Activity →
The entries follow. Print each one exactly.

The input →
-- -- --
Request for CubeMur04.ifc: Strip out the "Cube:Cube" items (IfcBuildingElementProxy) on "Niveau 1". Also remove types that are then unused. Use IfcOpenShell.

First a look at what the model holds.

```python
import ifcopenshell
import ifcopenshell.util.element

model = ifcopenshell.open("CubeMur04.ifc")
print(model.schema)
storey = next(s for s in model.by_type("IfcBuildingStorey") if s.Name == "Niveau 1")
proxies = [e for e in ifcopenshell.util.element.get_decomposition(storey) if e.is_a("IfcBuildingElementProxy")]
seen = {}
for e in proxies:
    element_type = ifcopenshell.util.element.get_type(e)
    name = element_type.Name if element_type not in (None, e) else None
    seen[name] = seen.get(name, 0) + 1
for name, count in sorted(seen.items(), key=str):
    print(count, "x", name)
```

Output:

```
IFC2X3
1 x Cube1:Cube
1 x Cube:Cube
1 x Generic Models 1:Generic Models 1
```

```python
import ifcopenshell
import ifcopenshell.api.root
import ifcopenshell.util.element

model = ifcopenshell.open("CubeMur04.ifc")

storey = next(s for s in model.by_type("IfcBuildingStorey") if s.Name == "Niveau 1")
proxies = [e for e in ifcopenshell.util.element.get_decomposition(storey) if e.is_a("IfcBuildingElementProxy")]
targets = [e for e in proxies if (t := ifcopenshell.util.element.get_type(e)) not in (None, e) and t.Name == "Cube:Cube"]
types = {ifcopenshell.util.element.get_type(e) for e in targets} - {None, *targets}

for e in targets:
    ifcopenshell.api.root.remove_product(model, product=e)
print(len(targets), "removed")

unused = [t for t in types if not ifcopenshell.util.element.get_types(t)]
for t in unused:
    ifcopenshell.api.root.remove_product(model, product=t)
print(len(unused), "unused types removed")

model.write("CubeMur04-out.ifc")
```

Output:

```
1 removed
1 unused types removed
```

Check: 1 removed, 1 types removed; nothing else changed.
-- -- --
Response to the task →
Request for CubeMur04.ifc: Strip out the "Cube:Cube" items (IfcBuildingElementProxy) on "Niveau 1". Also remove types that are then unused. Use IfcOpenShell.

First a look at what the model holds.

```python
import ifcopenshell
import ifcopenshell.util.element

model = ifcopenshell.open("CubeMur04.ifc")
print(model.schema)
storey = next(s for s in model.by_type("IfcBuildingStorey") if s.Name == "Niveau 1")
proxies = [e for e in ifcopenshell.util.element.get_decomposition(storey) if e.is_a("IfcBuildingElementProxy")]
seen = {}
for e in proxies:
    element_type = ifcopenshell.util.element.get_type(e)
    name = element_type.Name if element_type not in (None, e) else None
    seen[name] = seen.get(name, 0) + 1
for name, count in sorted(seen.items(), key=str):
    print(count, "x", name)
```

Output:

```
IFC2X3
1 x Cube1:Cube
1 x Cube:Cube
1 x Generic Models 1:Generic Models 1
```

```python
import ifcopenshell
import ifcopenshell.api.root
import ifcopenshell.util.element

model = ifcopenshell.open("CubeMur04.ifc")

storey = next(s for s in model.by_type("IfcBuildingStorey") if s.Name == "Niveau 1")
proxies = [e for e in ifcopenshell.util.element.get_decomposition(storey) if e.is_a("IfcBuildingElementProxy")]
targets = [e for e in proxies if (t := ifcopenshell.util.element.get_type(e)) not in (None, e) and t.Name == "Cube:Cube"]
types = {ifcopenshell.util.element.get_type(e) for e in targets} - {None, *targets}

for e in targets:
    ifcopenshell.api.root.remove_product(model, product=e)
print(len(targets), "removed")

unused = [t for t in types if not ifcopenshell.util.element.get_types(t)]
for t in unused:
    ifcopenshell.api.root.remove_product(model, product=t)
print(len(unused), "unused types removed")

model.write("CubeMur04-out.ifc")
```

Output:

```
1 removed
1 unused types removed
```

Check: 1 removed, 1 types removed; nothing else changed.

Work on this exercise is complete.